Would you output the entries below only from the line containing "#16=IFCLOCALPLACEMENT(#10,#15);" through the line containing "#21=IFCLOCALPLACEMENT(#16,#20);", exactly as they stand and with both ends included?

Stored data entries
# # # # #
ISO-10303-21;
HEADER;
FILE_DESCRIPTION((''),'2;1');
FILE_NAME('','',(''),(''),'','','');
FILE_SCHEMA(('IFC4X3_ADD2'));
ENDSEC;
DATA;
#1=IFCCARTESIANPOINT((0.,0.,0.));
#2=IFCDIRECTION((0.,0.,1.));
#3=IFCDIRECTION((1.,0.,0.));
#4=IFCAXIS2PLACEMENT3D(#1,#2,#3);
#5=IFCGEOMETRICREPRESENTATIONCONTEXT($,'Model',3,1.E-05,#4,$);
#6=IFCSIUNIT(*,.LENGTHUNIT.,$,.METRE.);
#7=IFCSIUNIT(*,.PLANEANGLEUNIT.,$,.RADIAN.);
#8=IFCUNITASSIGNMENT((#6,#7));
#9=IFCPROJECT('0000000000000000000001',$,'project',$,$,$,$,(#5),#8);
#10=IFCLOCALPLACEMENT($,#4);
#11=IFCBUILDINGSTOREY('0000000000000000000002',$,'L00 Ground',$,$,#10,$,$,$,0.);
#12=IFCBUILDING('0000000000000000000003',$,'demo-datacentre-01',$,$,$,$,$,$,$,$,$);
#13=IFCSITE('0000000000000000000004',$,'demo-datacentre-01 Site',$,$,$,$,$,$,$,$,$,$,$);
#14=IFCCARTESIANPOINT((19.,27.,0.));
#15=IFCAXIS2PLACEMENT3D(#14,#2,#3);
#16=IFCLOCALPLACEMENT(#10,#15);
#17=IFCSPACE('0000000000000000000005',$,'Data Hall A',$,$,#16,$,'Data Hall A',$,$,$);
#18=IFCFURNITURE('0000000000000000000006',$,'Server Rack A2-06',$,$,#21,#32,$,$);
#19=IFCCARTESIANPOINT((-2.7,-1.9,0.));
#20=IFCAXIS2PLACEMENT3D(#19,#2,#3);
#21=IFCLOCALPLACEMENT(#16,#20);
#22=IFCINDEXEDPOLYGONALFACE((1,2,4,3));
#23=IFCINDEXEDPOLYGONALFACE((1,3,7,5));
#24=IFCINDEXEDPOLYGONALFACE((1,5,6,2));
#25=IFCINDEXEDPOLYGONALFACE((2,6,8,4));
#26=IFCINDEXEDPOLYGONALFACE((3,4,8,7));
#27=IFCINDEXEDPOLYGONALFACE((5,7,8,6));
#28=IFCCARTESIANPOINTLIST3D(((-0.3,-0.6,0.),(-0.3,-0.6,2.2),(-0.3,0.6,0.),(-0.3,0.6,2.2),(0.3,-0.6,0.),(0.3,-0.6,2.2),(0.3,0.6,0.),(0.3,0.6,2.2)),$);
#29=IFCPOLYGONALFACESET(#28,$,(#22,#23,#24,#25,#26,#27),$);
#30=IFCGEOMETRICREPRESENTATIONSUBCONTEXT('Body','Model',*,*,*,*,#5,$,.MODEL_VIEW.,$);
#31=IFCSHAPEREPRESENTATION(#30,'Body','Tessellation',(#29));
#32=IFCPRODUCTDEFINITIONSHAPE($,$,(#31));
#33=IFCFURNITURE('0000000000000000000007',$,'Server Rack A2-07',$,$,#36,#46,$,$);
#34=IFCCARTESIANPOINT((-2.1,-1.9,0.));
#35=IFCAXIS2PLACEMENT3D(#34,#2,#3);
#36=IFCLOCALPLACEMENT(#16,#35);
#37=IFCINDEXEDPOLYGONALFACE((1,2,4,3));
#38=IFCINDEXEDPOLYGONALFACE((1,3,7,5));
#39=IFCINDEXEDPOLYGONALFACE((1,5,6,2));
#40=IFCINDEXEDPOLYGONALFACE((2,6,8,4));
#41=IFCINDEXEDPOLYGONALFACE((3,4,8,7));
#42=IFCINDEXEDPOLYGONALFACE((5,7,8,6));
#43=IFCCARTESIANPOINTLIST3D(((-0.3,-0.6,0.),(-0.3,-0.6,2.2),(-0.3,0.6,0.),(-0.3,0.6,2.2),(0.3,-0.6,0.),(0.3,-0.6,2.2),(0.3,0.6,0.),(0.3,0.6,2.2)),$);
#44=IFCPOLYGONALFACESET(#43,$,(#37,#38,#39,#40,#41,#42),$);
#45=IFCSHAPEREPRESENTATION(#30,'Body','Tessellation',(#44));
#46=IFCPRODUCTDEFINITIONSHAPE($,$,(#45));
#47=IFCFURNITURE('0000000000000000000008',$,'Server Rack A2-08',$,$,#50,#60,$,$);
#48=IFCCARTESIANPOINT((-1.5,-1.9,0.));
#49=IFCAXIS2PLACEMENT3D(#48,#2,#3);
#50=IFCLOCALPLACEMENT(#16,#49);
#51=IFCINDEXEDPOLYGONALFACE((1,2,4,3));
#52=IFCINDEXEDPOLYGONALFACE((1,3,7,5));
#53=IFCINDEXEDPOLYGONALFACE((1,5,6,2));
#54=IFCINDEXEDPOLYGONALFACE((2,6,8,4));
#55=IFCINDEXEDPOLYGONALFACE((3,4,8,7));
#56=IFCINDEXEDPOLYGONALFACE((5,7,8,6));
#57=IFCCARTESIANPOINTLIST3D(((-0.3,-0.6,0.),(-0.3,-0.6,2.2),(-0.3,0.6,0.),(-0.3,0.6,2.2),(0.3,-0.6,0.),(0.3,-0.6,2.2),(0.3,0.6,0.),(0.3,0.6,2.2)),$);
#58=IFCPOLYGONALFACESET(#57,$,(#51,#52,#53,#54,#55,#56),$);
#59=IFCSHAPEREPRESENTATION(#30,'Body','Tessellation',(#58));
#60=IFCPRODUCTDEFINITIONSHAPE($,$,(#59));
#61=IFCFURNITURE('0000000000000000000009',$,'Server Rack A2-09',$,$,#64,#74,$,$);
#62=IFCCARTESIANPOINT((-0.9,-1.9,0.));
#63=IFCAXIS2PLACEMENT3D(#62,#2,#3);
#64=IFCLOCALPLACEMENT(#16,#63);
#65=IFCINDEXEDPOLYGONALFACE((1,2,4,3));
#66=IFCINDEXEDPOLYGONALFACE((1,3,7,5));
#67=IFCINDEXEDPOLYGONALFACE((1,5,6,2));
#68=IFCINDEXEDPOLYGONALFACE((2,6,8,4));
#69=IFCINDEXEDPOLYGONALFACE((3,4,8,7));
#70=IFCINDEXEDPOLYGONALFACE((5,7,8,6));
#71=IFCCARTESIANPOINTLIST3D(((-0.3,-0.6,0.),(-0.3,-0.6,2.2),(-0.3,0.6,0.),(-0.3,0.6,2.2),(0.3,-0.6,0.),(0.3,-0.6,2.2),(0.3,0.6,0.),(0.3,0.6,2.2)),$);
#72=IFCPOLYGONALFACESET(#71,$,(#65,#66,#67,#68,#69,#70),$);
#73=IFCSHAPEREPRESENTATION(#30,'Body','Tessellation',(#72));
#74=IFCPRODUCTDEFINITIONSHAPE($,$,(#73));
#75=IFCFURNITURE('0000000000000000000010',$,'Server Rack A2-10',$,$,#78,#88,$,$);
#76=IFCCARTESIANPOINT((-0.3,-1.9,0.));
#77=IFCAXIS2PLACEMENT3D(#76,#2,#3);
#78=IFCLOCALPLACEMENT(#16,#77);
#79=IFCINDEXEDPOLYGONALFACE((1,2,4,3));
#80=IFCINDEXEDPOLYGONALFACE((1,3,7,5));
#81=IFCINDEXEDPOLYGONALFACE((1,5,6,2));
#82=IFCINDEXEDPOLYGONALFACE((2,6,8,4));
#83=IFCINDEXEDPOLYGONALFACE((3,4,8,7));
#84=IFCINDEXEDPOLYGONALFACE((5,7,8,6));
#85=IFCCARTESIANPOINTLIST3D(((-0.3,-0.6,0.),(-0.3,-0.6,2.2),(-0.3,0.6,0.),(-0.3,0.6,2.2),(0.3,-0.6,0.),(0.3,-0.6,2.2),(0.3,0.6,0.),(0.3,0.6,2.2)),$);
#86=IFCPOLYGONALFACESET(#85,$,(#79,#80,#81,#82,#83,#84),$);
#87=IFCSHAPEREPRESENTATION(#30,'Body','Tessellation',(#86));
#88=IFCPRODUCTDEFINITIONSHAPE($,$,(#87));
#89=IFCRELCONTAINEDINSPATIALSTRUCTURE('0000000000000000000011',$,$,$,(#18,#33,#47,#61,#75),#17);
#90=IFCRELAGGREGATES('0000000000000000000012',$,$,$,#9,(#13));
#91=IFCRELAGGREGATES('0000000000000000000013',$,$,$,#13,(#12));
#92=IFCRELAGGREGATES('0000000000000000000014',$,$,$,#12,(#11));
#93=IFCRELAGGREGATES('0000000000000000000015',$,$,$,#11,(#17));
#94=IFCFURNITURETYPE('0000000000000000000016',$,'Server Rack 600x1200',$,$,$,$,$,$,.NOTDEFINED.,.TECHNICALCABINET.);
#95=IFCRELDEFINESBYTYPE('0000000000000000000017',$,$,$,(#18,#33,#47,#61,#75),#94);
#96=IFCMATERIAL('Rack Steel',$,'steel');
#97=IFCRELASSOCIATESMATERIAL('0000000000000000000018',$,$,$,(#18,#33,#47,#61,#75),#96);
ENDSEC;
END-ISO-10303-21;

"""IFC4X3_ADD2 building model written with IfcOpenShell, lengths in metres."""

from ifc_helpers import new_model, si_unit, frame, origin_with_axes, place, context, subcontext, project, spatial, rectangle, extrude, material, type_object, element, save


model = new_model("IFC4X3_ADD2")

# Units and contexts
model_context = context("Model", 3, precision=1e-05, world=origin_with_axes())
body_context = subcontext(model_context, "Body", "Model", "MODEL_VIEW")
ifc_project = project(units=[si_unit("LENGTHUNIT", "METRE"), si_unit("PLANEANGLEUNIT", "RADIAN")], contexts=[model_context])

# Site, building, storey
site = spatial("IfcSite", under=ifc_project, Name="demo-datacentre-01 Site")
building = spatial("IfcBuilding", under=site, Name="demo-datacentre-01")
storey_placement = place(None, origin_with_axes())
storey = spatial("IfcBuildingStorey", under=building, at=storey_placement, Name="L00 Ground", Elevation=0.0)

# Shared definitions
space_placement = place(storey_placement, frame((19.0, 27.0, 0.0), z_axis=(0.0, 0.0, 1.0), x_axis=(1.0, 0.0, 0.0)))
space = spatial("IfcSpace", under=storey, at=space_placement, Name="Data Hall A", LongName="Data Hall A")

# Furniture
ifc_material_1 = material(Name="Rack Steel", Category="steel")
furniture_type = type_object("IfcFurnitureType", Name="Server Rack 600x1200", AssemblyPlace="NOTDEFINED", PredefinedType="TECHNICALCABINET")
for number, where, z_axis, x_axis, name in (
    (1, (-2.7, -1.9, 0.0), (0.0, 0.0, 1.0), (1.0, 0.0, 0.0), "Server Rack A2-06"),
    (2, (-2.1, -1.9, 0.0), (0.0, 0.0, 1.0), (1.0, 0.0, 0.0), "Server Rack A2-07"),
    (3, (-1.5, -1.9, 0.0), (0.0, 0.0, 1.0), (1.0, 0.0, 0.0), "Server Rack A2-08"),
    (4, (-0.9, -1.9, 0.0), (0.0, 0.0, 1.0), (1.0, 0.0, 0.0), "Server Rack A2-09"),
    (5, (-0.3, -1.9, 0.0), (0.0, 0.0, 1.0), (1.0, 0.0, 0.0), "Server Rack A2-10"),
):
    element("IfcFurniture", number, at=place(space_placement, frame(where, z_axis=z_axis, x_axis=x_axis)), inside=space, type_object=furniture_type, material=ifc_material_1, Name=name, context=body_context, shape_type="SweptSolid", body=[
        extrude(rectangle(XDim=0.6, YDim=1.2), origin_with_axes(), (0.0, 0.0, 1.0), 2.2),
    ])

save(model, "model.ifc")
# # # # #
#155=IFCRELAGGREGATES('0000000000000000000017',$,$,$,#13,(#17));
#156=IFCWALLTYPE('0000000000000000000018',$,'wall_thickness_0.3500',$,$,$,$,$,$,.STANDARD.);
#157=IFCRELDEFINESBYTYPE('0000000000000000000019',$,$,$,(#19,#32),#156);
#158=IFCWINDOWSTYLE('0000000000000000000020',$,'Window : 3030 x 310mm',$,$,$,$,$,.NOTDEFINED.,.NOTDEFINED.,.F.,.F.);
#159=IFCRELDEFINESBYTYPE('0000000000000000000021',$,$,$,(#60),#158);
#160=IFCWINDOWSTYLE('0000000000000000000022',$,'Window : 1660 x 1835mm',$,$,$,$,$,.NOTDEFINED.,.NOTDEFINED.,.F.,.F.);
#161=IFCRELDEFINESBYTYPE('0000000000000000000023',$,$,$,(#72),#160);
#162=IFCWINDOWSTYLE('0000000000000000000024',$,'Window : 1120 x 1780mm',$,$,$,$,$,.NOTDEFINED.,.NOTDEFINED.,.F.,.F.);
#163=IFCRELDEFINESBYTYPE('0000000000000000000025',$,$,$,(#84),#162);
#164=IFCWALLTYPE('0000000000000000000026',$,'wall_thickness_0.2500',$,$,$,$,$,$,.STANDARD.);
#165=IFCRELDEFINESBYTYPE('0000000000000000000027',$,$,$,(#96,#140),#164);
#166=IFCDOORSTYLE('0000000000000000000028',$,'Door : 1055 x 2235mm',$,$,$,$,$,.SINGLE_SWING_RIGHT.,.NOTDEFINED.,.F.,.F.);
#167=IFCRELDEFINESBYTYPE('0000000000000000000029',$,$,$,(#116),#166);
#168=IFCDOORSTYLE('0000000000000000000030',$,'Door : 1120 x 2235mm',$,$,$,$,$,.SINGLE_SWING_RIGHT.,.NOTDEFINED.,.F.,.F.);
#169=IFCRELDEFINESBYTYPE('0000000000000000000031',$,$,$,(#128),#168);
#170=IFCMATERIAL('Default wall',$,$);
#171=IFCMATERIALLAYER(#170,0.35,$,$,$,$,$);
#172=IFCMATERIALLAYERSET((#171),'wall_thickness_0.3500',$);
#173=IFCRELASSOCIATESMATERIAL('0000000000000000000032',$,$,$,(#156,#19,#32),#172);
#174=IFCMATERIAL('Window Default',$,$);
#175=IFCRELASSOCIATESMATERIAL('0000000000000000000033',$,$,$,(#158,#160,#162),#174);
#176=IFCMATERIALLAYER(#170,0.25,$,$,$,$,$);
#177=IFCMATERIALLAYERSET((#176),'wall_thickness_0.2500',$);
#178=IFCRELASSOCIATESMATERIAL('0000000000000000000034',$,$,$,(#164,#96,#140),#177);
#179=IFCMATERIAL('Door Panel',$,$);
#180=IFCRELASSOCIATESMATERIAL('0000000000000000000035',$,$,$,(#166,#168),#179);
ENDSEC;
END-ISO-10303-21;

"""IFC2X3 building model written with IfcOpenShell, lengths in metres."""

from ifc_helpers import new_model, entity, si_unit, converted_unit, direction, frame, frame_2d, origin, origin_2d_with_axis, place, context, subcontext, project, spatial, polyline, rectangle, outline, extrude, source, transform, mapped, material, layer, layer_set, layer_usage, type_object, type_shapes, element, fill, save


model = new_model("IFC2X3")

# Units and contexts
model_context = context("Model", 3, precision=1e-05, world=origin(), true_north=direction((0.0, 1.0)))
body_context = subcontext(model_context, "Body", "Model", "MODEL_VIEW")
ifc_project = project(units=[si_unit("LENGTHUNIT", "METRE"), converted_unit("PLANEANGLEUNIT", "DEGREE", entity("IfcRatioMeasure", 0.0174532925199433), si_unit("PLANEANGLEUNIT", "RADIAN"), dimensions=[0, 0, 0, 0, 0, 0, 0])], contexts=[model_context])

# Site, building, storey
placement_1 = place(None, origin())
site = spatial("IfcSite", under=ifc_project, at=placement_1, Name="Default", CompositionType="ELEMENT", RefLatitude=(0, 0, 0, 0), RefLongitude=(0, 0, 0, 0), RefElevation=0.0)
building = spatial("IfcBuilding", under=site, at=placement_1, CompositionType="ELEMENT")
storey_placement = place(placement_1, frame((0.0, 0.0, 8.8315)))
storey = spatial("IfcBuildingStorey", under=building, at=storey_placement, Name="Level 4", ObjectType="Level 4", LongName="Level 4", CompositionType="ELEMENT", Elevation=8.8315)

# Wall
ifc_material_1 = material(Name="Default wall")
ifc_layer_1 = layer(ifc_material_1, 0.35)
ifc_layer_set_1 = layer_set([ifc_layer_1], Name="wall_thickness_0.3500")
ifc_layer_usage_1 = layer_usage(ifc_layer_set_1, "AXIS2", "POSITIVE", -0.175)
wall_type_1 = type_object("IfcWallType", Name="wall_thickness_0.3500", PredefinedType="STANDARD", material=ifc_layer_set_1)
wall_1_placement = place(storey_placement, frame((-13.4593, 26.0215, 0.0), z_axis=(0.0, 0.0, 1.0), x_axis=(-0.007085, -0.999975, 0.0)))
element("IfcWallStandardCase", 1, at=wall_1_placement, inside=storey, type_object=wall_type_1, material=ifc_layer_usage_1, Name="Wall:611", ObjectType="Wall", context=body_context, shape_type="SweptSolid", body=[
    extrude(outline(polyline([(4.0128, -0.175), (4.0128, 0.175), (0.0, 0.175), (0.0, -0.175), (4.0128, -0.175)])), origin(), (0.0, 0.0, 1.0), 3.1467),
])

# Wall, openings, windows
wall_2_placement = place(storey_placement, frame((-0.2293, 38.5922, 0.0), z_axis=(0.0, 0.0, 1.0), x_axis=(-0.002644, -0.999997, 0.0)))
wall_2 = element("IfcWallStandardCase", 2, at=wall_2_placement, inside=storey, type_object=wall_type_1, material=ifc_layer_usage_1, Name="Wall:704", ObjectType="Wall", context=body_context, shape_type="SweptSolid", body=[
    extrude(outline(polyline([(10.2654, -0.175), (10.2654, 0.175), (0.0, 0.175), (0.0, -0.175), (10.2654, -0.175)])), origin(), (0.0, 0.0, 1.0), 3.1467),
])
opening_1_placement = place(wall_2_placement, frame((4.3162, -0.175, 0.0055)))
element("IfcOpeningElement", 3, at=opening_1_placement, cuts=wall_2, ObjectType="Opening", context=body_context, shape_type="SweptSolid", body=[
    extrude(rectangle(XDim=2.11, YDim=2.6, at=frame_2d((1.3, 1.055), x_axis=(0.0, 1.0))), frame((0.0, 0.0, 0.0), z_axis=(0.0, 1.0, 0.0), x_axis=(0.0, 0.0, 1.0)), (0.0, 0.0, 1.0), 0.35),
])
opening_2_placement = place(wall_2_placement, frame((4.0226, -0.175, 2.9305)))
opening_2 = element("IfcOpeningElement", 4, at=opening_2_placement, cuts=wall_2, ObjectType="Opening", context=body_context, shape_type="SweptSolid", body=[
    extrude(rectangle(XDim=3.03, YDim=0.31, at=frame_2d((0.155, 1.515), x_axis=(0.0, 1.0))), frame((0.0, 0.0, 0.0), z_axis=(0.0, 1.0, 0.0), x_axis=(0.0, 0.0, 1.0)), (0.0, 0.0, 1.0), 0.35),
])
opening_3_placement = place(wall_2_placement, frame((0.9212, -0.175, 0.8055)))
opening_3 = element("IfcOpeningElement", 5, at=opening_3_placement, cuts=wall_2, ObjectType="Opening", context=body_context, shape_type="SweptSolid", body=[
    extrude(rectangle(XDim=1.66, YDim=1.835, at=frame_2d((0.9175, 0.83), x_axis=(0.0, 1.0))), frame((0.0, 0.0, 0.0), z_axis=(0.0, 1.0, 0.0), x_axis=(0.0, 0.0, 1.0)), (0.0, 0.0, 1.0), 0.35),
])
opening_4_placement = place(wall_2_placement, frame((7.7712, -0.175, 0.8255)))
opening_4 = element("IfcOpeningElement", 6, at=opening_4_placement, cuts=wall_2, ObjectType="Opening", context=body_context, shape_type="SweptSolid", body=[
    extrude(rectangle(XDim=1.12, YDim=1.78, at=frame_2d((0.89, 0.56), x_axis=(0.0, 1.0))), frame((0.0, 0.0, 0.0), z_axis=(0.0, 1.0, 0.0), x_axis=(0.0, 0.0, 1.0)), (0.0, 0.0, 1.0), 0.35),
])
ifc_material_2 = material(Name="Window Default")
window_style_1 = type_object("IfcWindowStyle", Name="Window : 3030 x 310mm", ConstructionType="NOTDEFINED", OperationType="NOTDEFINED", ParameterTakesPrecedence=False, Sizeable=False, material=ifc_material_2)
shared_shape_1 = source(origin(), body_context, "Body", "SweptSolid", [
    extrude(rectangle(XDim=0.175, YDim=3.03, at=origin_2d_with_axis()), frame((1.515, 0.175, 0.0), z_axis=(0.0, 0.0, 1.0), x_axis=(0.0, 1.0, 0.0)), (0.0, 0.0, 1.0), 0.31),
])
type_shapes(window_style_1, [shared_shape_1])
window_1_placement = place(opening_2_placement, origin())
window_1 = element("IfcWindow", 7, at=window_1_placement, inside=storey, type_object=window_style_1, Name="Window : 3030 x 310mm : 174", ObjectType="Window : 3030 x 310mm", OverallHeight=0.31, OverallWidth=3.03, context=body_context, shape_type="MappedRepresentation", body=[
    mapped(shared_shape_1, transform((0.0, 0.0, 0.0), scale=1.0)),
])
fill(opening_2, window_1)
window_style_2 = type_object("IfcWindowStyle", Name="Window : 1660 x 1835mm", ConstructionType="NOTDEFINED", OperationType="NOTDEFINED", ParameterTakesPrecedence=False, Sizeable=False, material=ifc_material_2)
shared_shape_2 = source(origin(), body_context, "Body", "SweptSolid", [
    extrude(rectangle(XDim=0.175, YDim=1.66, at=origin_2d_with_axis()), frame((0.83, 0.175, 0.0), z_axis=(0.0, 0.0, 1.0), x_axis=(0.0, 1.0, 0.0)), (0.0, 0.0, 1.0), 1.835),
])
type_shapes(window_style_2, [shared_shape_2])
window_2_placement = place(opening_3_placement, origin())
# # # # #
REPLY
#16=IFCLOCALPLACEMENT(#10,#15);
#17=IFCSPACE('0000000000000000000005',$,'Data Hall A',$,$,#16,$,'Data Hall A',$,$,$);
#18=IFCFURNITURE('0000000000000000000006',$,'Server Rack A2-06',$,$,#21,#32,$,$);
#19=IFCCARTESIANPOINT((-2.7,-1.9,0.));
#20=IFCAXIS2PLACEMENT3D(#19,#2,#3);
#21=IFCLOCALPLACEMENT(#16,#20);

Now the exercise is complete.